Lonmin bucks downward trend

[miningmx.com] — LONMIN’S shares went against the prevailing negative trend among platinum producers on Monday, following the release of significantly improved interim results and a positive adjustment of its long-term forecast.

The company’s Number One furnace, its traditional Achilles’ heel, has also been ramping up steadily without incident, following its recommissioning in December. The furnace was taken down at the end of October for a rebuild.

Lonmin succeeded in significantly ramping up platinum sales during the March quarter, posting figures of 318,306 ounces (up 9%) for the interim period. The bulk of this activity happened in the second quarter, as the figure stood at 66,426oz end-December and gave the company confidence that it could meet its full-year platinum sales figure of 750,000oz.

Total underground production increased by 6.4% to 5.5 million tonnes (mt) compared to 5.1 mt in the previous corresponding period. The greatest contribution was made by Karee, which mined 2.2 mt (1.9 mt H1 2010), with a significant contribution coming from the K3 shaft.

A telling contribution was also made by the Merensky open pit operations. This time last year Lonmin was just beginning to mine to pit; it has produced 336,000 tonnes in the current period against 7,000 in 2010.

Said CEO Ian Farmer: “We expect our production performance in the second half to continue to be supported by increased contributions from our major shafts K3 and Rowland as well as the continued ramping-up of Saffy and Hossy shafts.’

The ramp-up in production and sales, as well as the improved fortunes of the commodities market, resulted in a revenue increase of 42% to $938m and a 122% net operating hike of $144m. No interim dividend was declared, as the company decided previously to have one annual payout only.

Costs were up 12.8%, but the company expects full-year costs to be no more than 8% higher than in 2010. The projected capital expenditure for the full year was adjusted to $400m, up from $380m, attributed to providing for rand strength.
One blip on the radar screen for Lonmin has been safety concerns, with six fatalities reported.

“We are concerned by the uncharacteristically high level of fatalities that we have experienced, with each incident being different in nature,’ said Farmer. “We believe that a change in focus in our tactical approach is required.’

FUTURE PLANS

Lonmin said it has reviewed its growth options beyond 2013, with the most efficient growth coming from Marikana.

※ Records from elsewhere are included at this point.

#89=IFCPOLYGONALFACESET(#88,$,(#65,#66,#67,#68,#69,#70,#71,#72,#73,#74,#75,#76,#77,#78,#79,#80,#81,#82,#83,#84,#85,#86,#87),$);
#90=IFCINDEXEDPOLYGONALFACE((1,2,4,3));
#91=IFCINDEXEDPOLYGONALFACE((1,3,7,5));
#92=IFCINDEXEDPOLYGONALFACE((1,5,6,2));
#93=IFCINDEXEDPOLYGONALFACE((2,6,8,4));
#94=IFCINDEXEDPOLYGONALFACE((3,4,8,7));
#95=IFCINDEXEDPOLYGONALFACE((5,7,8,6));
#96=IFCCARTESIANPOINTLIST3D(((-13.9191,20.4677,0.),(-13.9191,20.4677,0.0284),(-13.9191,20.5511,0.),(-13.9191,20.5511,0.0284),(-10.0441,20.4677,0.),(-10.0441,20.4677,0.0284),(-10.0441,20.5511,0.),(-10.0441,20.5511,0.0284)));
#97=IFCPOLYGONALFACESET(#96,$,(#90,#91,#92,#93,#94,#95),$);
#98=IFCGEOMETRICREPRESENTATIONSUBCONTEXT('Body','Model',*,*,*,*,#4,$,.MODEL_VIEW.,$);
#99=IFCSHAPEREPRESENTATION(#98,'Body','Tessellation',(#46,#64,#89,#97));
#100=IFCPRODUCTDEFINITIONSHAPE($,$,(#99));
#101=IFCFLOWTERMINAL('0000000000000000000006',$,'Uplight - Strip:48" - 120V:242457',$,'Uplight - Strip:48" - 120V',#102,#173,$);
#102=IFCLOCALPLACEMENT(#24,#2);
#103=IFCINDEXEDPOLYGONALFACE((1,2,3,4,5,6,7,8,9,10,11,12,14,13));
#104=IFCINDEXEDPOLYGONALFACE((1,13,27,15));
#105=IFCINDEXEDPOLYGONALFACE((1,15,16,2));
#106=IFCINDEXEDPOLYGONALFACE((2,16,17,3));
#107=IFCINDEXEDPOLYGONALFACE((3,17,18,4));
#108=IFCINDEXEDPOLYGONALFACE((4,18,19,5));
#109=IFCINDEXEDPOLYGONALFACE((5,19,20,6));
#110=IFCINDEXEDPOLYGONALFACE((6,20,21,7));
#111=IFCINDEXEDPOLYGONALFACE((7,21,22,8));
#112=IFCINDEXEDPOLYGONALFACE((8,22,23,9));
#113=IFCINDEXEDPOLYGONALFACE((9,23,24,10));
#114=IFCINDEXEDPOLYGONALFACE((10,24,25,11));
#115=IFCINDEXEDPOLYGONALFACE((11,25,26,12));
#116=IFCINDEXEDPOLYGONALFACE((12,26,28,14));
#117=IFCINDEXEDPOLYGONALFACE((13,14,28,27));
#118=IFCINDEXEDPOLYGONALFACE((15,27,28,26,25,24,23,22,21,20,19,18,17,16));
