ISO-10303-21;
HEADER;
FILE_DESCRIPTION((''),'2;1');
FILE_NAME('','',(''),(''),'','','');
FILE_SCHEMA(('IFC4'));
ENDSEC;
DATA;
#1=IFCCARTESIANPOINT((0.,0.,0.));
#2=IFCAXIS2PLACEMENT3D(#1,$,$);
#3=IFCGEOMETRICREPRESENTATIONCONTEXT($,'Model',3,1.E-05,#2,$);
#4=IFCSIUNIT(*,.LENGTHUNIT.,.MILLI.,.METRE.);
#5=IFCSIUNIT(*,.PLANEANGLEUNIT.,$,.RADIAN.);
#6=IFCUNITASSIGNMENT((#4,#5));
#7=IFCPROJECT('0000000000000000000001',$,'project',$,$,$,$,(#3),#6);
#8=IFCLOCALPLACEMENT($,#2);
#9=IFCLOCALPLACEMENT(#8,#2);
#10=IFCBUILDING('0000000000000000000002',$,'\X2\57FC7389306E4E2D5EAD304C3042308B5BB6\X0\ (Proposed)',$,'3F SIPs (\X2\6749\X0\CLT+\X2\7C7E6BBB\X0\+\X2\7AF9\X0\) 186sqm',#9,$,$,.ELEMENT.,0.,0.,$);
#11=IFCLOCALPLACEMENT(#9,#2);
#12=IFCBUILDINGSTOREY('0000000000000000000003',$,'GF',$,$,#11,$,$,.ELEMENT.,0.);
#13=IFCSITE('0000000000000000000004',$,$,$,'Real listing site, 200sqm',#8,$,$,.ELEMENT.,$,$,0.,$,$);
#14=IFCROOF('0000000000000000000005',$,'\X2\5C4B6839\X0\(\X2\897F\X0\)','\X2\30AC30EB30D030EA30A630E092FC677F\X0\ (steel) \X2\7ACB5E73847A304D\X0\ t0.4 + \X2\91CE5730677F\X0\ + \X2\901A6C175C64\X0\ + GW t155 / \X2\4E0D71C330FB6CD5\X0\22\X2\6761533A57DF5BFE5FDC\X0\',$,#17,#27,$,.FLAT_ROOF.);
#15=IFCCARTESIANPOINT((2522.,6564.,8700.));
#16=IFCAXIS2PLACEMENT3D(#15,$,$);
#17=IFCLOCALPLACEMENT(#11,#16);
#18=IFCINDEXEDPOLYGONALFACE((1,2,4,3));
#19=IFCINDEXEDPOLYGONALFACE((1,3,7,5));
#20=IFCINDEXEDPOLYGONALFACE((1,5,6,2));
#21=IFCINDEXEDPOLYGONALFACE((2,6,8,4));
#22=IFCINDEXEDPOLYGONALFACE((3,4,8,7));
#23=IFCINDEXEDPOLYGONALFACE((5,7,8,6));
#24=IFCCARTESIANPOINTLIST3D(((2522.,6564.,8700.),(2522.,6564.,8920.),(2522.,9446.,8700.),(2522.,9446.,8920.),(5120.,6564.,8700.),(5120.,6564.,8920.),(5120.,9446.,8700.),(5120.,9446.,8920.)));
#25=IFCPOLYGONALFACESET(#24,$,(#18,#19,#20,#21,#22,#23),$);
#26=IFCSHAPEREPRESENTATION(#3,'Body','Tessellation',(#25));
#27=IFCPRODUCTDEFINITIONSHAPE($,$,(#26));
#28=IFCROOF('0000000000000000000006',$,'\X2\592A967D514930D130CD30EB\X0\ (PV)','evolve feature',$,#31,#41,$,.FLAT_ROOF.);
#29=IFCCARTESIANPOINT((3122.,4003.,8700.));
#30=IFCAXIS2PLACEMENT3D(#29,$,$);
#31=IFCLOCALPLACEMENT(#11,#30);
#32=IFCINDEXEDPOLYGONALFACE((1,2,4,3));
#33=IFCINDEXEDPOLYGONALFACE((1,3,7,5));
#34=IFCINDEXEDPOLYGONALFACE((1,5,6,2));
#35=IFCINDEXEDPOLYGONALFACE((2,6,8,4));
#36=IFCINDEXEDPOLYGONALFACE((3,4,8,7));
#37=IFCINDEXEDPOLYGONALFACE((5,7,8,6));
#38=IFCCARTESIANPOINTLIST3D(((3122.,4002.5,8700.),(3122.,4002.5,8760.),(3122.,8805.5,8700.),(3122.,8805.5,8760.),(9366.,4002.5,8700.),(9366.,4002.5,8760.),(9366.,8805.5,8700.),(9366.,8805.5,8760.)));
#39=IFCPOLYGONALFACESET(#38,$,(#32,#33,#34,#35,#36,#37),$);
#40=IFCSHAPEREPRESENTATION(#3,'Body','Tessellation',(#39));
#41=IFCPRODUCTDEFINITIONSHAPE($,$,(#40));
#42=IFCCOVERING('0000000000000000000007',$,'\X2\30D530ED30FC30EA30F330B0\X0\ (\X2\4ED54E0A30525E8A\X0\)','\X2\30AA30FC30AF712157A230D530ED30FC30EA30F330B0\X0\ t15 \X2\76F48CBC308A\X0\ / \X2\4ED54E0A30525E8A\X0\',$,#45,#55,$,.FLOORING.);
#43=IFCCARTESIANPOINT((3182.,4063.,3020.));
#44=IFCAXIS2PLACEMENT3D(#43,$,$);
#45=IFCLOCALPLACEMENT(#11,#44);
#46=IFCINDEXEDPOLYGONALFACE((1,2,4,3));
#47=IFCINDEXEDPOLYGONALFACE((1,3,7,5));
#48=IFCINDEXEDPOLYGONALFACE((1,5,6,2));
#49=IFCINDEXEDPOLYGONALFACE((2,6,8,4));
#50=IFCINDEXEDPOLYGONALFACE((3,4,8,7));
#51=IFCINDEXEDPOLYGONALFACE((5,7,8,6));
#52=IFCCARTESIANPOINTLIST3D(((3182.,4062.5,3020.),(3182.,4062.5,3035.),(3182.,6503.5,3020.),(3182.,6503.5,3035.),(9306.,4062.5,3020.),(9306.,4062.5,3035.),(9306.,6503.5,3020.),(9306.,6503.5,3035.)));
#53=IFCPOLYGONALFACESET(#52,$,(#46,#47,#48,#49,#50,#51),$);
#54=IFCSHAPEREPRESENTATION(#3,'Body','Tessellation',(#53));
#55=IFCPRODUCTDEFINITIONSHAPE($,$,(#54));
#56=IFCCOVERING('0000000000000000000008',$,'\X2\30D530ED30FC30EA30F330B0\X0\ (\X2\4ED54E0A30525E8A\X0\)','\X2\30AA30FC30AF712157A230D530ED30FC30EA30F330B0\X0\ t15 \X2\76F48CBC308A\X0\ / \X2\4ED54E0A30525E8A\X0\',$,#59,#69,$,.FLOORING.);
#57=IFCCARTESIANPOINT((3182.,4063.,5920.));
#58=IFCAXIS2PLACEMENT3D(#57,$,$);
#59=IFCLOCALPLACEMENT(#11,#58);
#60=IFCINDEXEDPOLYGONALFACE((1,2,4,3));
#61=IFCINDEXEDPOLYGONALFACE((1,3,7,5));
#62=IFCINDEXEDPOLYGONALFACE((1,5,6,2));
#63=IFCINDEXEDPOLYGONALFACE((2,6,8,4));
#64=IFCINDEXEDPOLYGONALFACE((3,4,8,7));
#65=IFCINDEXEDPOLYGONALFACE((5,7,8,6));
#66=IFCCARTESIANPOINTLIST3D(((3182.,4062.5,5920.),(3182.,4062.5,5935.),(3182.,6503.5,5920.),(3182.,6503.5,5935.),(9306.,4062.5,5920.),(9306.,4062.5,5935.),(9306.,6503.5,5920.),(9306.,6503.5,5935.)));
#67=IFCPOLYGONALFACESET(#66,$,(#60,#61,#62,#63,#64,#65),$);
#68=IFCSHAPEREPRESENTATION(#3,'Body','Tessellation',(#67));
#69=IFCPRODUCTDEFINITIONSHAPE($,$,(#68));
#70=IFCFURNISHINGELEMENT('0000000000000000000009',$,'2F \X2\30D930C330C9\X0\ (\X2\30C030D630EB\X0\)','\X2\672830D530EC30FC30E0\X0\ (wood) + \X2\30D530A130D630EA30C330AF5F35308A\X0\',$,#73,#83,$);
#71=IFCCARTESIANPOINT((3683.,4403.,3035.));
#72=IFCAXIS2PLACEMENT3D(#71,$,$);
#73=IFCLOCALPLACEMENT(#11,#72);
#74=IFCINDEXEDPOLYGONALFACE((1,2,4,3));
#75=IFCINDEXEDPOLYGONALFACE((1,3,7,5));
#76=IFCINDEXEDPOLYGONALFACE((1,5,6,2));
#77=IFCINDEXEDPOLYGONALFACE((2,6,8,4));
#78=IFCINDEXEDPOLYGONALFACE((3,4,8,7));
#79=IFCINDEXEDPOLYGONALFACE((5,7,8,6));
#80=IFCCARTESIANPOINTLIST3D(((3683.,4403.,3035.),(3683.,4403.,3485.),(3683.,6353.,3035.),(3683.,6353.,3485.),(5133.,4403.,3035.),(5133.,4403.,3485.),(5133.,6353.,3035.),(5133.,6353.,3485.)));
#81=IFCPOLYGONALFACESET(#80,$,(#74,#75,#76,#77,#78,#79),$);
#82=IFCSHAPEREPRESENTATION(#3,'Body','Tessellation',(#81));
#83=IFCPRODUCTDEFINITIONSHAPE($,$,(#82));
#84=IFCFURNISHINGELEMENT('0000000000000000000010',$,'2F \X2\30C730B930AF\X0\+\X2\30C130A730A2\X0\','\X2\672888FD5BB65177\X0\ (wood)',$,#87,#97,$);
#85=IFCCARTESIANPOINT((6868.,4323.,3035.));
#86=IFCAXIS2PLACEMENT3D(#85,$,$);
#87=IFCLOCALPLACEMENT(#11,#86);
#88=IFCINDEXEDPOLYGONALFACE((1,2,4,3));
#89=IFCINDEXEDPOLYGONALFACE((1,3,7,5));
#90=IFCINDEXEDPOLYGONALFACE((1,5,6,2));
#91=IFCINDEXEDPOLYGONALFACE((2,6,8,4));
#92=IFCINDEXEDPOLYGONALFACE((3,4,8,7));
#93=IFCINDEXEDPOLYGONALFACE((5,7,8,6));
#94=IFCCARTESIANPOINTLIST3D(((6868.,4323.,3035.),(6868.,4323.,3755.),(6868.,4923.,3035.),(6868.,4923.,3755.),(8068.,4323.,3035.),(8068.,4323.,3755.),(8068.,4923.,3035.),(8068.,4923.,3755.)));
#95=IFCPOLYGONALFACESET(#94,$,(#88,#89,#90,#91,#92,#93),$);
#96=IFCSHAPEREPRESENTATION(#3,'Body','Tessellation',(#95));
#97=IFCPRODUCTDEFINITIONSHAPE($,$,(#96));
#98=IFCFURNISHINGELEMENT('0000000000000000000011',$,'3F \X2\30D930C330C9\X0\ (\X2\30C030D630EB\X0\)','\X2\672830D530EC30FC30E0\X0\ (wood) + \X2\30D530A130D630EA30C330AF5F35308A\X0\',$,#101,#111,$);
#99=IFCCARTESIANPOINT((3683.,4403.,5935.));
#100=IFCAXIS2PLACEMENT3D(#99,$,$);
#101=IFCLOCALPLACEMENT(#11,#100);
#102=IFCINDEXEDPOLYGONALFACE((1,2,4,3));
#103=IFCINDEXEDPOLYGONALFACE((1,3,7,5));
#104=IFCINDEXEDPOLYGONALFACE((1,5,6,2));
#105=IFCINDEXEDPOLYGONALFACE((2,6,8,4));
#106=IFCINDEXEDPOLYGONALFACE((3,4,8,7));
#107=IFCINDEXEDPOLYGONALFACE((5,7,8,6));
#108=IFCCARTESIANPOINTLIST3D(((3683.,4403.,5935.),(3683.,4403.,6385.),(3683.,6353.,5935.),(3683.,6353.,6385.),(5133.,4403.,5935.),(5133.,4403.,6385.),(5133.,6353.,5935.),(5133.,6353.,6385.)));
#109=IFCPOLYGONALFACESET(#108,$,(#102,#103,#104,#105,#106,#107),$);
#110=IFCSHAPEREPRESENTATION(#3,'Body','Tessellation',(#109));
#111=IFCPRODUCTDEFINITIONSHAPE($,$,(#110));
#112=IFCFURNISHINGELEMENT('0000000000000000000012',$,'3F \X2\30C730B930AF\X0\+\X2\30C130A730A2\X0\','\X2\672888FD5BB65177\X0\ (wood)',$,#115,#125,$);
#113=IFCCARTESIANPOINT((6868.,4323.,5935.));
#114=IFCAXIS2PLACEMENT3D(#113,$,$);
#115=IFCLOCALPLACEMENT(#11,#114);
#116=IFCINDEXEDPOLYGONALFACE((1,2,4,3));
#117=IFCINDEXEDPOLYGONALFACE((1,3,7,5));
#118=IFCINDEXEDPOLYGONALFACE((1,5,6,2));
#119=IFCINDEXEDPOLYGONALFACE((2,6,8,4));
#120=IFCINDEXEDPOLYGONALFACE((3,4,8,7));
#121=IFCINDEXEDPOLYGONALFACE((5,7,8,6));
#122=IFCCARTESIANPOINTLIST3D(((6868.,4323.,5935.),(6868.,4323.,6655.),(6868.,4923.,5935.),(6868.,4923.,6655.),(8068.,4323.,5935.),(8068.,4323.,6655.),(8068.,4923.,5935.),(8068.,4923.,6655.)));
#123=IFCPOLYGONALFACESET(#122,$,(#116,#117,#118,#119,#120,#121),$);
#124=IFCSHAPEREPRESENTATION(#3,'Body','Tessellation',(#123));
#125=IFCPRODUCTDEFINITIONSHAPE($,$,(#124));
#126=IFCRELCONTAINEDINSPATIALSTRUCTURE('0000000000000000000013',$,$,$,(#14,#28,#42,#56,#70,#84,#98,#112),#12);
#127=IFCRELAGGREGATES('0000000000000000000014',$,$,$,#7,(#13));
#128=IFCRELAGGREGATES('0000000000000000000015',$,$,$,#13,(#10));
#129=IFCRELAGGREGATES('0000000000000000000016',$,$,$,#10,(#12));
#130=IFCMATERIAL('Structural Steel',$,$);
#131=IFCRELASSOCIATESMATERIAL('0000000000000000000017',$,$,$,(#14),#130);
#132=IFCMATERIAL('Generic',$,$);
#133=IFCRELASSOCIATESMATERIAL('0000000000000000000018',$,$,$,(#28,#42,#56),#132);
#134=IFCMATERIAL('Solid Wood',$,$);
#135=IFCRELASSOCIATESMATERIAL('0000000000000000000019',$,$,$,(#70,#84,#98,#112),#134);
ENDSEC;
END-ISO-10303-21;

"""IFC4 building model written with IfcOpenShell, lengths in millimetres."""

from ifc_helpers import new_model, si_unit, frame, frame_2d, origin, place, context, project, spatial, rectangle, extrude, material, element, save


model = new_model("IFC4")

# Units and contexts
model_context = context("Model", 3, precision=1e-05, world=origin())
ifc_project = project(units=[si_unit("LENGTHUNIT", "METRE", prefix="MILLI"), si_unit("PLANEANGLEUNIT", "RADIAN")], contexts=[model_context])

# Site, building, storey
site_placement = place(None, origin())
site = spatial("IfcSite", under=ifc_project, at=site_placement, ObjectType="Real listing site, 200sqm", CompositionType="ELEMENT", RefElevation=0.0)
building_placement = place(site_placement, origin())
building = spatial("IfcBuilding", under=site, at=building_placement, Name="埼玉の中庭がある家 (Proposed)", ObjectType="3F SIPs (杉CLT+籾殻+竹) 186sqm", CompositionType="ELEMENT", ElevationOfRefHeight=0.0, ElevationOfTerrain=0.0)
storey_placement = place(building_placement, origin())
storey = spatial("IfcBuildingStorey", under=building, at=storey_placement, Name="GF", CompositionType="ELEMENT", Elevation=0.0)

# Shared definitions
ifc_material_1 = material(Name="Solid Wood")

# Roofs
ifc_material_2 = material(Name="Structural Steel")
roof_1_placement = place(storey_placement, frame((2522.0, 6564.0, 8700.0)))
element("IfcRoof", 1, at=roof_1_placement, inside=storey, material=ifc_material_2, Name="屋根(西)", Description="ガルバリウム鋼板 (steel) 立平葺き t0.4 + 野地板 + 通気層 + GW t155 / 不燃・法22条区域対応", PredefinedType="FLAT_ROOF", context=model_context, shape_type="SweptSolid", body=[
    extrude(rectangle(XDim=2598.0, YDim=2882.0, at=frame_2d((1299.0, 1441.0))), frame((2522.0, 6564.0, 8700.0)), (0.0, 0.0, 1.0), 220.0),
])
ifc_material_3 = material(Name="Generic")
roof_2_placement = place(storey_placement, frame((3122.0, 4003.0, 8700.0)))
element("IfcRoof", 2, at=roof_2_placement, inside=storey, material=ifc_material_3, Name="太陽光パネル (PV)", Description="evolve feature", PredefinedType="FLAT_ROOF", context=model_context, shape_type="SweptSolid", body=[
    extrude(rectangle(XDim=6244.0, YDim=4803.0, at=frame_2d((3122.0, 2401.0))), frame((3122.0, 4003.0, 8700.0)), (0.0, 0.0, 1.0), 60.0),
])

“This and our firm belief that the long-term fundamentals of the PGM (platinum group metals) market remain attractive gives us confidence to commit to invest in our Marikana operations to achieve 950,000 safe platinum ounces per annum by 2015 (from 850,000oz in 2013) and gradually move down the cost curve over the same period,’ said Farmer, adding the group would invest around $400m per year in capex.

Commenting on Lonmin’s results, Numis Securities described the figures as “overall in line numbers and an upbeat and positive update, tarnished by the safety issues’.

On Monday Lonmin shares were trading at R172.62, up 1.48%, on the JSE shortly before close at 17:00. Both Anglo Platinum and Impala were down, 2.41% and 2.38% respectively.